Ko Honda

Higher-dimensional Heegaard Floer homology (week 1)

In the lecture series I will introduce higher-dimensional Heegaard Floer homology (HDHF), which simultaneously generalizes the usual Heegaard Floer homology (due to Ozsváth-Szabó) and a variant symplectic Khovanov homology (due to Seidel-Smith). I will then proceed to explain the relationship of HDHF with Hecke algebras (including the double affine Hecke algebra), skein theory, and string topology.

Copilots:

Mikhail Khovanov

KLR algebras and link homology (week 1)

In this lecture series we will review KLR algebras, which categorify positive halves of quantum groups. We then examine several ways in which they connect to link homology theories. One such construction is via foams and categorified Howe duality. The other is via Webster's categorification of tensor products of quantum group representations and Reshetikhin-Turaev invariants.

Copilots:

Tobias Ekholm

Skein valued curve counts (week 2)

The lectures will cover: (1) Wall crossing for holomorphic curves with Lagrangian boundary condition and the HOMFLYPT skein, (2) Recursion relations, (3) Applications to the Ooguri-Vafa conjecture and the topological vertex, (4) Skein trace maps.

Copilots:

Vivek Shende

Fukaya categories and higher representation theory (week 2)
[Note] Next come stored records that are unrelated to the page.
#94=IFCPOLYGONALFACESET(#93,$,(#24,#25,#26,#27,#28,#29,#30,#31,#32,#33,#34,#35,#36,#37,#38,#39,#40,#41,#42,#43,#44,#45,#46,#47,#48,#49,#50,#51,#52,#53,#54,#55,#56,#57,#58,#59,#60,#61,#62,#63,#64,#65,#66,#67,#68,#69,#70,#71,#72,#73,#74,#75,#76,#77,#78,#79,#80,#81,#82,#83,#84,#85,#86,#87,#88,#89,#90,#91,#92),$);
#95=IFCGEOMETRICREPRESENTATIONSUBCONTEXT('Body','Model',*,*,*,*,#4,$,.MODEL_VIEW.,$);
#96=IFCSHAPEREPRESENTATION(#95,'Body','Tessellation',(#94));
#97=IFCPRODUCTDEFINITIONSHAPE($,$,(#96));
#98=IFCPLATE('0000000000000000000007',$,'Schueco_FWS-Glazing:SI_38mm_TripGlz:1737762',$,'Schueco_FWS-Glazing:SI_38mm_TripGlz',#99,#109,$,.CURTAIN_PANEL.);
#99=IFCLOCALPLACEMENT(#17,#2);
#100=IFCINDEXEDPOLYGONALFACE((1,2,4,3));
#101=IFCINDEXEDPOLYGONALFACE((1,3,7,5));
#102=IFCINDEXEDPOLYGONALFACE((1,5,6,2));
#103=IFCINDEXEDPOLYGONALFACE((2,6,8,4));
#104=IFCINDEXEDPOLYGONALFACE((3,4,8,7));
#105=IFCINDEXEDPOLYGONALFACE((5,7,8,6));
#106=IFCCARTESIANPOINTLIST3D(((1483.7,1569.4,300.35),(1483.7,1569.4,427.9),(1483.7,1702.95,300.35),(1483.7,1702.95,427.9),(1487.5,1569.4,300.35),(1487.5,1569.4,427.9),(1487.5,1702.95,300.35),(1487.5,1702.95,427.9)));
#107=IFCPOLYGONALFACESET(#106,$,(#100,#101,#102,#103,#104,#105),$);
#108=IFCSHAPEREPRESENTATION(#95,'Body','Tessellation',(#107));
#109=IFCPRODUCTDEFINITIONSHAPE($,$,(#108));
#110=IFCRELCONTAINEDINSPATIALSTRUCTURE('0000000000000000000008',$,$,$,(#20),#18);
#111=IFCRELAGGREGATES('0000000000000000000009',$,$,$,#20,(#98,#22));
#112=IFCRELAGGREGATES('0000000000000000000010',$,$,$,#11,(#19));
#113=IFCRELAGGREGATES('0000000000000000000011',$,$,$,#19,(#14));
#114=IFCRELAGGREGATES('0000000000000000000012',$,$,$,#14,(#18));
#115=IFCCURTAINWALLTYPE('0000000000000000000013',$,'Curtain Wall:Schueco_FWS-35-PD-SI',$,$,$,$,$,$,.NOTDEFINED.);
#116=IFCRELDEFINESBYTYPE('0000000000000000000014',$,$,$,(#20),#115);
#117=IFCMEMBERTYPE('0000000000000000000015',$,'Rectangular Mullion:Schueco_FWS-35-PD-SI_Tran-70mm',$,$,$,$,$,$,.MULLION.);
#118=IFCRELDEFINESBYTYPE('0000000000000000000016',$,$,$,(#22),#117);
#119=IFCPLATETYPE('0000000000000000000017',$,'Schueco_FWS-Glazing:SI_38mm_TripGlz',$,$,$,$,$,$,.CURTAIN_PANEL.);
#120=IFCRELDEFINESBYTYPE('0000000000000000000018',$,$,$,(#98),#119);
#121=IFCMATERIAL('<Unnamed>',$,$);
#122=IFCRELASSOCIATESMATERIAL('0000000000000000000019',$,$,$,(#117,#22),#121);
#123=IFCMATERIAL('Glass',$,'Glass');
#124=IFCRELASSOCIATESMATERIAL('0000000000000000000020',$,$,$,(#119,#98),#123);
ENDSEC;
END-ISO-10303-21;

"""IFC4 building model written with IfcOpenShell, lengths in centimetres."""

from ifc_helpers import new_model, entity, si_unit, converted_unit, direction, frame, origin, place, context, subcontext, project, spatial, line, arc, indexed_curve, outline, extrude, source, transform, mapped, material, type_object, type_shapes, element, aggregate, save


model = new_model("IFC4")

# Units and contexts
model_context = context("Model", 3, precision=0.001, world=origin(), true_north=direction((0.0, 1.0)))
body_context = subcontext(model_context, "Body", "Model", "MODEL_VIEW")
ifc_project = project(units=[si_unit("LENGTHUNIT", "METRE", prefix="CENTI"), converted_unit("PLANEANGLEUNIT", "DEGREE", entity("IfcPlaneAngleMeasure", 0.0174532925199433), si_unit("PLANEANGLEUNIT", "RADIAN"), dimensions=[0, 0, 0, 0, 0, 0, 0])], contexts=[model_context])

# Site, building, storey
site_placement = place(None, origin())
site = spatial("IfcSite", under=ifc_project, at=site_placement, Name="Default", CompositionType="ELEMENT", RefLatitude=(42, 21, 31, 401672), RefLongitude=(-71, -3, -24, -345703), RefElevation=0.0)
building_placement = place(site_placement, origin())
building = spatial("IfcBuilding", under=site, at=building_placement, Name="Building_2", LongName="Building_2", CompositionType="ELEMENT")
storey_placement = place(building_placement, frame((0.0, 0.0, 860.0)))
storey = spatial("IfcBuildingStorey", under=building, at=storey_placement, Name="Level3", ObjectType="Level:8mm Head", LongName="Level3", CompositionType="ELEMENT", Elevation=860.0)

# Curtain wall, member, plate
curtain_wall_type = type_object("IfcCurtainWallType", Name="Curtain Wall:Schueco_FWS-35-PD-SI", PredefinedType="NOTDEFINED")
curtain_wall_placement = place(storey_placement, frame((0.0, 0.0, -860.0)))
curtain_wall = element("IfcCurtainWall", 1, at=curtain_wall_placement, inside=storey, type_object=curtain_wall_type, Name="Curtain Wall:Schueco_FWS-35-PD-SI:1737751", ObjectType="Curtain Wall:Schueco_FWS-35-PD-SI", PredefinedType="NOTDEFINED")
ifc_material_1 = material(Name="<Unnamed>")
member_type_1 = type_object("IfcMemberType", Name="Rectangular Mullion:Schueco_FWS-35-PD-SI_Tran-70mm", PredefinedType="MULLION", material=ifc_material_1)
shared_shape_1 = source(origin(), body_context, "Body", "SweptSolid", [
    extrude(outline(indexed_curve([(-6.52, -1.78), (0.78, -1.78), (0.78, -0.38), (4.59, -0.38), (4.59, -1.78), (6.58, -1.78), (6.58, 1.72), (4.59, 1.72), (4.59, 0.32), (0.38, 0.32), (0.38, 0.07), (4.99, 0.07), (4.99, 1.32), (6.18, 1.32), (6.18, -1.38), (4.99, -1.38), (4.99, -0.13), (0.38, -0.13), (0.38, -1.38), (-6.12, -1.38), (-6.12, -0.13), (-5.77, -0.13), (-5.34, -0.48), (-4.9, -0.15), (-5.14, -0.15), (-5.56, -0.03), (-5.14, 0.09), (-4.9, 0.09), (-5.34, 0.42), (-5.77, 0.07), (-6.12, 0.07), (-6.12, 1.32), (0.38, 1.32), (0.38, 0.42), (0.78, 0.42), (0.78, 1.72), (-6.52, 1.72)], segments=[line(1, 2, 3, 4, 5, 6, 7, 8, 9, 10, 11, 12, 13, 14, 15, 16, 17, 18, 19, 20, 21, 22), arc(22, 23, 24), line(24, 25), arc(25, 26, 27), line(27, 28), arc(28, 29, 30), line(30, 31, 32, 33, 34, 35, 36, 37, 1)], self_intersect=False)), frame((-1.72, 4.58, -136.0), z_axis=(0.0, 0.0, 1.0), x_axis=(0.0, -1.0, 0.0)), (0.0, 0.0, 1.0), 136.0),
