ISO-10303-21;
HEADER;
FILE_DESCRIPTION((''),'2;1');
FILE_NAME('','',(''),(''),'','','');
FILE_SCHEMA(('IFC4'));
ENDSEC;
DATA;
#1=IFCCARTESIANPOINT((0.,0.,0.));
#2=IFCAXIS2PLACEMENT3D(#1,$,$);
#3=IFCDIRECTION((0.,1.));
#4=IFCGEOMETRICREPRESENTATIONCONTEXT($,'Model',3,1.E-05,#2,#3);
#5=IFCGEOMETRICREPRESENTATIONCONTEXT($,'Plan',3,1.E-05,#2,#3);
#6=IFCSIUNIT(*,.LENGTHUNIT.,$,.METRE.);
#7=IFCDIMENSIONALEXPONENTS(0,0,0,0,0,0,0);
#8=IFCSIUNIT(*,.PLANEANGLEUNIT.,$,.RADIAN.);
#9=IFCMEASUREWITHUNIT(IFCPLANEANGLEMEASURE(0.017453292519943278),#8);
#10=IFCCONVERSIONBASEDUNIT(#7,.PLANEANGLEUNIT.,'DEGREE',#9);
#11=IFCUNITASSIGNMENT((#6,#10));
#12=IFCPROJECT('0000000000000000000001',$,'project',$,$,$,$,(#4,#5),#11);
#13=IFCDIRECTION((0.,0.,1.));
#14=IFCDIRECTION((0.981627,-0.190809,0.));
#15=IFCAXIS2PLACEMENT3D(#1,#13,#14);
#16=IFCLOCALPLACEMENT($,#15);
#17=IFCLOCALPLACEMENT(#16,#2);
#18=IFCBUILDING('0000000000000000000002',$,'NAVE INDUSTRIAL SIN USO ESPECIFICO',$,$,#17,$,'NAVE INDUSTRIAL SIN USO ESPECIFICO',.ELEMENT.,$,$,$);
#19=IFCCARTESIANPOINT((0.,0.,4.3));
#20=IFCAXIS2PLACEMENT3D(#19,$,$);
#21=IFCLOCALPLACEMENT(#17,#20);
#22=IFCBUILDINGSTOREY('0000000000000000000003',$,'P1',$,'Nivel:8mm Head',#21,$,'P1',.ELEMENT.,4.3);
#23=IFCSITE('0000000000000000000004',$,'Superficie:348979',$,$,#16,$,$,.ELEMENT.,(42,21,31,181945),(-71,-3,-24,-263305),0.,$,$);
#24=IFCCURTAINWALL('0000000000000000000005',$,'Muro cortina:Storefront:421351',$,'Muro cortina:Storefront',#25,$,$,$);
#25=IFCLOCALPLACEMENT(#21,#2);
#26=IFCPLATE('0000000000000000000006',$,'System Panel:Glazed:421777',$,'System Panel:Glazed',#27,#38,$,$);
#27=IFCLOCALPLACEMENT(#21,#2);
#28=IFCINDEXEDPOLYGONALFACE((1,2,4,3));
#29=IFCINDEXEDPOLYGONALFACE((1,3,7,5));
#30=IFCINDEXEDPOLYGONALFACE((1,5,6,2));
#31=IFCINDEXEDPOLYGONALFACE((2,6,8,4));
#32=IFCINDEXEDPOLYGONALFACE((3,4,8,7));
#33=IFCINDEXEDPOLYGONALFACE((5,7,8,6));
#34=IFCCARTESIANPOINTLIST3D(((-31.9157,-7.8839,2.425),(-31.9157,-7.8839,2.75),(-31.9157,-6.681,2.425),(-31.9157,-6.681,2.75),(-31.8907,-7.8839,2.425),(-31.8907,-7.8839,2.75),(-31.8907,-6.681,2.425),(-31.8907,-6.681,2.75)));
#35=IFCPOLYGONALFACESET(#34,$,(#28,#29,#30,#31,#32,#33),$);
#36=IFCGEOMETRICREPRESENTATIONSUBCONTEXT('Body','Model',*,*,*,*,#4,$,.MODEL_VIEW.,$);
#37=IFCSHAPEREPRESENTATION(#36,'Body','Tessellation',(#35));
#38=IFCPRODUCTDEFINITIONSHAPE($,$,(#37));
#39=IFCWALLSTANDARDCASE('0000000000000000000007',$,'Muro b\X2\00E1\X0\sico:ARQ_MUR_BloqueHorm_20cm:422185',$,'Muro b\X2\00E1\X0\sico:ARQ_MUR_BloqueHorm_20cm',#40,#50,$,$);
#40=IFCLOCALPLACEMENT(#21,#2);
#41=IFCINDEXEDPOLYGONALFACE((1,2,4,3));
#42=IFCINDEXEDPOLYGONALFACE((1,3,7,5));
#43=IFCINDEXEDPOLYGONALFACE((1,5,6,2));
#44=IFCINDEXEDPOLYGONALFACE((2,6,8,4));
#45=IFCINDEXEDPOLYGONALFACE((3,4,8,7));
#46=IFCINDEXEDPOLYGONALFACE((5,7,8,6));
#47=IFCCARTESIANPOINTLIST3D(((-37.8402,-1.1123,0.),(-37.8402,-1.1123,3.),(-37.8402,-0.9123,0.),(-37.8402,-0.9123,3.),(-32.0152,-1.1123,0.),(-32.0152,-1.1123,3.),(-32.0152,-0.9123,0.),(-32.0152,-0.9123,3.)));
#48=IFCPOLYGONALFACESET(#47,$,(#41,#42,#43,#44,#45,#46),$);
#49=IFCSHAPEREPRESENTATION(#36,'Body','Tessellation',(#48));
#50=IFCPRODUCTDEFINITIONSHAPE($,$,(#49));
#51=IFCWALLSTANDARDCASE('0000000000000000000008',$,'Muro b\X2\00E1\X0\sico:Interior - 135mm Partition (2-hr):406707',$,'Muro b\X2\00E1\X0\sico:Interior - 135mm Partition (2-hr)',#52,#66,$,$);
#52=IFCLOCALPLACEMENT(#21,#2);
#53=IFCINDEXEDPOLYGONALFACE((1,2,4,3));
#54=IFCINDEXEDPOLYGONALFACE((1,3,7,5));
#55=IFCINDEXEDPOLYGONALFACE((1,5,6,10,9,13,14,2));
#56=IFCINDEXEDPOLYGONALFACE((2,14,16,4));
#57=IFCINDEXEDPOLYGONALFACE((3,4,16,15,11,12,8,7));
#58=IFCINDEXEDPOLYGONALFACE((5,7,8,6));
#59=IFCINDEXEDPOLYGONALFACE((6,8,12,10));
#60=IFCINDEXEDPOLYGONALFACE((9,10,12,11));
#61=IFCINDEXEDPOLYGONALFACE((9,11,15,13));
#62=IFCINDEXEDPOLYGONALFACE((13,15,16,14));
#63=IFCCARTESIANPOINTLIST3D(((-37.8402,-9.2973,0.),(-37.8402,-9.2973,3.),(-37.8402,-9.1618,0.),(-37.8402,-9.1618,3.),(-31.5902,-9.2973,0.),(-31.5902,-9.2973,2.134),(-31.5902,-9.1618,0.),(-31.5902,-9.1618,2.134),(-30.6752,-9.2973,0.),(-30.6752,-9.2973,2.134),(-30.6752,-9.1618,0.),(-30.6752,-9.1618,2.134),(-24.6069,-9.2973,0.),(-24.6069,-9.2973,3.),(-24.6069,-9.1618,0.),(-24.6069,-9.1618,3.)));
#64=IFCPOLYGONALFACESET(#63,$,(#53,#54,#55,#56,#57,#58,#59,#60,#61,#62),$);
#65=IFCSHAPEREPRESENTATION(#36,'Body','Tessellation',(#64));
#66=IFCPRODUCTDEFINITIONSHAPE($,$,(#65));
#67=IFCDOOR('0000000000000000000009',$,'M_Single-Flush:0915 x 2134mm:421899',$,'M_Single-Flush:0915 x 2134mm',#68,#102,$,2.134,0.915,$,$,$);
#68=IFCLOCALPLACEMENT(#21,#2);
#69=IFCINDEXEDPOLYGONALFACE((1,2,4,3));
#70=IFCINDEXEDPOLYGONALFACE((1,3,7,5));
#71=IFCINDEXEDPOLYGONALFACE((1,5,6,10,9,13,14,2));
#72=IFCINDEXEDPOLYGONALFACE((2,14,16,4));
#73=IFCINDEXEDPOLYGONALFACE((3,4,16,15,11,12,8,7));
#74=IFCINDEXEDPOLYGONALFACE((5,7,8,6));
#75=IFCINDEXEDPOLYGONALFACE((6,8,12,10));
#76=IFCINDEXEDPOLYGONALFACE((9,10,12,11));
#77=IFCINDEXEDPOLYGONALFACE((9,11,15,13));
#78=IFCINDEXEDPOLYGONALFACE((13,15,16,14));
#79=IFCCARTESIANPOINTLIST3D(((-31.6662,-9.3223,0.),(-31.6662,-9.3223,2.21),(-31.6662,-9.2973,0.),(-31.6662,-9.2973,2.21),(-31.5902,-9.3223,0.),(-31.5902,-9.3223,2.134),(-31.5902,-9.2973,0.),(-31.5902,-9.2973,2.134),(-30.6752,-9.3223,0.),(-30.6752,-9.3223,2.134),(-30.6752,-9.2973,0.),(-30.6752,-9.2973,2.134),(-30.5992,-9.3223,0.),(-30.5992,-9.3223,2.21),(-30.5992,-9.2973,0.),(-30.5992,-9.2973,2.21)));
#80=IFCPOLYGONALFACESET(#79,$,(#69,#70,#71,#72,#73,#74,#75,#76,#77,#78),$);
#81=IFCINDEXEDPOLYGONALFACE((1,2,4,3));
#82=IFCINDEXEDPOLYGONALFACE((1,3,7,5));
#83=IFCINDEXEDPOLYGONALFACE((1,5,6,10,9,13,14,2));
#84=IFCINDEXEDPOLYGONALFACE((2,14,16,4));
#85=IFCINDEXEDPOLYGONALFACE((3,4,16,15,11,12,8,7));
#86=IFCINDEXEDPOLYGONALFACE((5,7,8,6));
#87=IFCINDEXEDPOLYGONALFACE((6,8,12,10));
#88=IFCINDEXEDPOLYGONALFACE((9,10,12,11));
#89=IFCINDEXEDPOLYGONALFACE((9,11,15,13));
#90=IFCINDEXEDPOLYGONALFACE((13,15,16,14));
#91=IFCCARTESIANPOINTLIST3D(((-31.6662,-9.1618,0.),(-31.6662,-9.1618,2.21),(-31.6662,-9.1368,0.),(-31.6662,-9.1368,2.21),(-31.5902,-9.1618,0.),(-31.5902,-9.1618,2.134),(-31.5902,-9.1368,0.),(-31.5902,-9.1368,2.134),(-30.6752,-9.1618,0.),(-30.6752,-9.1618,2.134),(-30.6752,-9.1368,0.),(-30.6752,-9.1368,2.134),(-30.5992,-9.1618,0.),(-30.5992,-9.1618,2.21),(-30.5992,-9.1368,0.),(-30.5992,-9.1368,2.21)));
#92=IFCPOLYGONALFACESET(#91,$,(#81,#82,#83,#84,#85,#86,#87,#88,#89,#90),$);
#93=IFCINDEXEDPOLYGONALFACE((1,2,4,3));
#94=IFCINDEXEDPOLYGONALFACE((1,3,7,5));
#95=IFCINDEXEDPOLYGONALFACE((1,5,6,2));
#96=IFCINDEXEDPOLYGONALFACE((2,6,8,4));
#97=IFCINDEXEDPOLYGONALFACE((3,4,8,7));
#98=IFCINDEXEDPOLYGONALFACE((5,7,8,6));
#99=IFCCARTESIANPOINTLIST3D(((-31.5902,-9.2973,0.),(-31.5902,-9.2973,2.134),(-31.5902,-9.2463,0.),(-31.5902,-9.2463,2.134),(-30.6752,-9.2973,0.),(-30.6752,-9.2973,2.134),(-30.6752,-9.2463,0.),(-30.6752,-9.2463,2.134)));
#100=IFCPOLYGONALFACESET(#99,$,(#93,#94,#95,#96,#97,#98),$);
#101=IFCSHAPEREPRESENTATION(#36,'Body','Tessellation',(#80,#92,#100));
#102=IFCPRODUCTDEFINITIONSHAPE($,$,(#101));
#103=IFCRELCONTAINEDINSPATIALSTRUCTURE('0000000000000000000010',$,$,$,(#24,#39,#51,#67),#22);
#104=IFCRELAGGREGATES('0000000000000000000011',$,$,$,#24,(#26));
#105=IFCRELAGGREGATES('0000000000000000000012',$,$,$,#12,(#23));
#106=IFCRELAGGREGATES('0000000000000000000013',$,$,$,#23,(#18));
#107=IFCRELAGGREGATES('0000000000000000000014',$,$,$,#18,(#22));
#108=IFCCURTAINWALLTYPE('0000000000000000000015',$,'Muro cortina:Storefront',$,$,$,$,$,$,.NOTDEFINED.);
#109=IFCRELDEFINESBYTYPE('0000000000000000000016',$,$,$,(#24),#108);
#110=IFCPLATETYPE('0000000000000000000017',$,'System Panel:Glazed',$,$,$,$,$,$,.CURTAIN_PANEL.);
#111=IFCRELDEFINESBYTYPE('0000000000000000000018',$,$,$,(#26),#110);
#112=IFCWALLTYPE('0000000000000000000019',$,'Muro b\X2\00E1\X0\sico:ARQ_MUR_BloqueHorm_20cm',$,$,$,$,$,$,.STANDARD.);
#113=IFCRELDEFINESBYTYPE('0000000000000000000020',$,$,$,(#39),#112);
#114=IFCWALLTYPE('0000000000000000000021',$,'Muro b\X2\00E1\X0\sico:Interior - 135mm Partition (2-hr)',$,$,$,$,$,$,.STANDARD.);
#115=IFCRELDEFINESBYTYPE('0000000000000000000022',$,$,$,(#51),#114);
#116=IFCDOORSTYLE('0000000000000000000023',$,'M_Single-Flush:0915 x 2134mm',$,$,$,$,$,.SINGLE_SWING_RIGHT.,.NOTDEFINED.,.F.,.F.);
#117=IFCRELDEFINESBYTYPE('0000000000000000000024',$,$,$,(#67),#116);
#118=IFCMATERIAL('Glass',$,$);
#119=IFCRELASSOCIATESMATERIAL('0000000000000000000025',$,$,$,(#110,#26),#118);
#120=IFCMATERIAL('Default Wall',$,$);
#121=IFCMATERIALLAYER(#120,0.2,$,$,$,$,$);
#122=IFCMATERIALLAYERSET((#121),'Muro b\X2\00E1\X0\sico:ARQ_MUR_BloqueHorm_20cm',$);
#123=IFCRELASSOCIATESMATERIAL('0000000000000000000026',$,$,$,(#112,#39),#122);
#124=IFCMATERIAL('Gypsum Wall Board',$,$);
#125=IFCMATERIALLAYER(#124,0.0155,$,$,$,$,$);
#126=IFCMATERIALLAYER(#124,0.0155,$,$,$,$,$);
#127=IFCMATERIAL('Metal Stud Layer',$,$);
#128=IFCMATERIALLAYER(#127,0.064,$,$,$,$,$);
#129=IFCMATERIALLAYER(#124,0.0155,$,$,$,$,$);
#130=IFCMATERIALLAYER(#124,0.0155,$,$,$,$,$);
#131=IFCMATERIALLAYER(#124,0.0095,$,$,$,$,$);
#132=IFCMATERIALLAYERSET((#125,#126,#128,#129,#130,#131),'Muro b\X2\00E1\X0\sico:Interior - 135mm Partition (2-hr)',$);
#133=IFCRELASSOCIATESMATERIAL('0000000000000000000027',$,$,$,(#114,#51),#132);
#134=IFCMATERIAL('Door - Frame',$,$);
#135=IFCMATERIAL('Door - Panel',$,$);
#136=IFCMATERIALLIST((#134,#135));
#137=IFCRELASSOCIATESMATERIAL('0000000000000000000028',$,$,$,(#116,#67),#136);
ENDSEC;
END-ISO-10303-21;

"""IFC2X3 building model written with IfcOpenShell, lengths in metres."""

from ifc_helpers import new_model, entity, si_unit, converted_unit, direction, frame, frame_2d, origin, origin_2d_with_axis, place, context, subcontext, project, spatial, polyline, rectangle, outline, extrude, source, transform, mapped, material, material_list, layer, layer_set, layer_usage, type_object, type_shapes, element, fill, aggregate, save


model = new_model("IFC2X3")

# Units and contexts
model_context = context("Model", 3, precision=1e-05, world=origin(), true_north=direction((0.0, 1.0)))
plan_context = context("Plan", 3, precision=1e-05, world=origin(), true_north=direction((0.0, 1.0)))
body_context = subcontext(model_context, "Body", "Model", "MODEL_VIEW")
ifc_project = project(units=[si_unit("LENGTHUNIT", "METRE"), converted_unit("PLANEANGLEUNIT", "DEGREE", entity("IfcPlaneAngleMeasure", 0.017453292519943278), si_unit("PLANEANGLEUNIT", "RADIAN"), dimensions=[0, 0, 0, 0, 0, 0, 0])], contexts=[model_context, plan_context])

# Site, building, storey
site_placement = place(None, frame((0.0, 0.0, 0.0), z_axis=(0.0, 0.0, 1.0), x_axis=(0.981627, -0.190809, 0.0)))
site = spatial("IfcSite", under=ifc_project, at=site_placement, Name="Superficie:348979", CompositionType="ELEMENT", RefLatitude=(42, 21, 31, 181945), RefLongitude=(-71, -3, -24, -263305), RefElevation=0.0)
building_placement = place(site_placement, origin())
building = spatial("IfcBuilding", under=site, at=building_placement, Name="NAVE INDUSTRIAL SIN USO ESPECIFICO", LongName="NAVE INDUSTRIAL SIN USO ESPECIFICO", CompositionType="ELEMENT")
storey_placement = place(building_placement, frame((0.0, 0.0, 4.3)))
storey = spatial("IfcBuildingStorey", under=building, at=storey_placement, Name="P1", ObjectType="Nivel:8mm Head", LongName="P1", CompositionType="ELEMENT", Elevation=4.3)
In this course I will explain how certain expected structures in higher representation theory — in particular, a `tensor product' for categorified representations of quantum groups, and a compatible braid group action — arise naturally from structural considerations around Fukaya categories on certain monopole moduli spaces. Along the way I will mention how Khovanov homology appears in this context. This presents joint work with Mina Aganagic, Elise LePage, and Peng Zhou.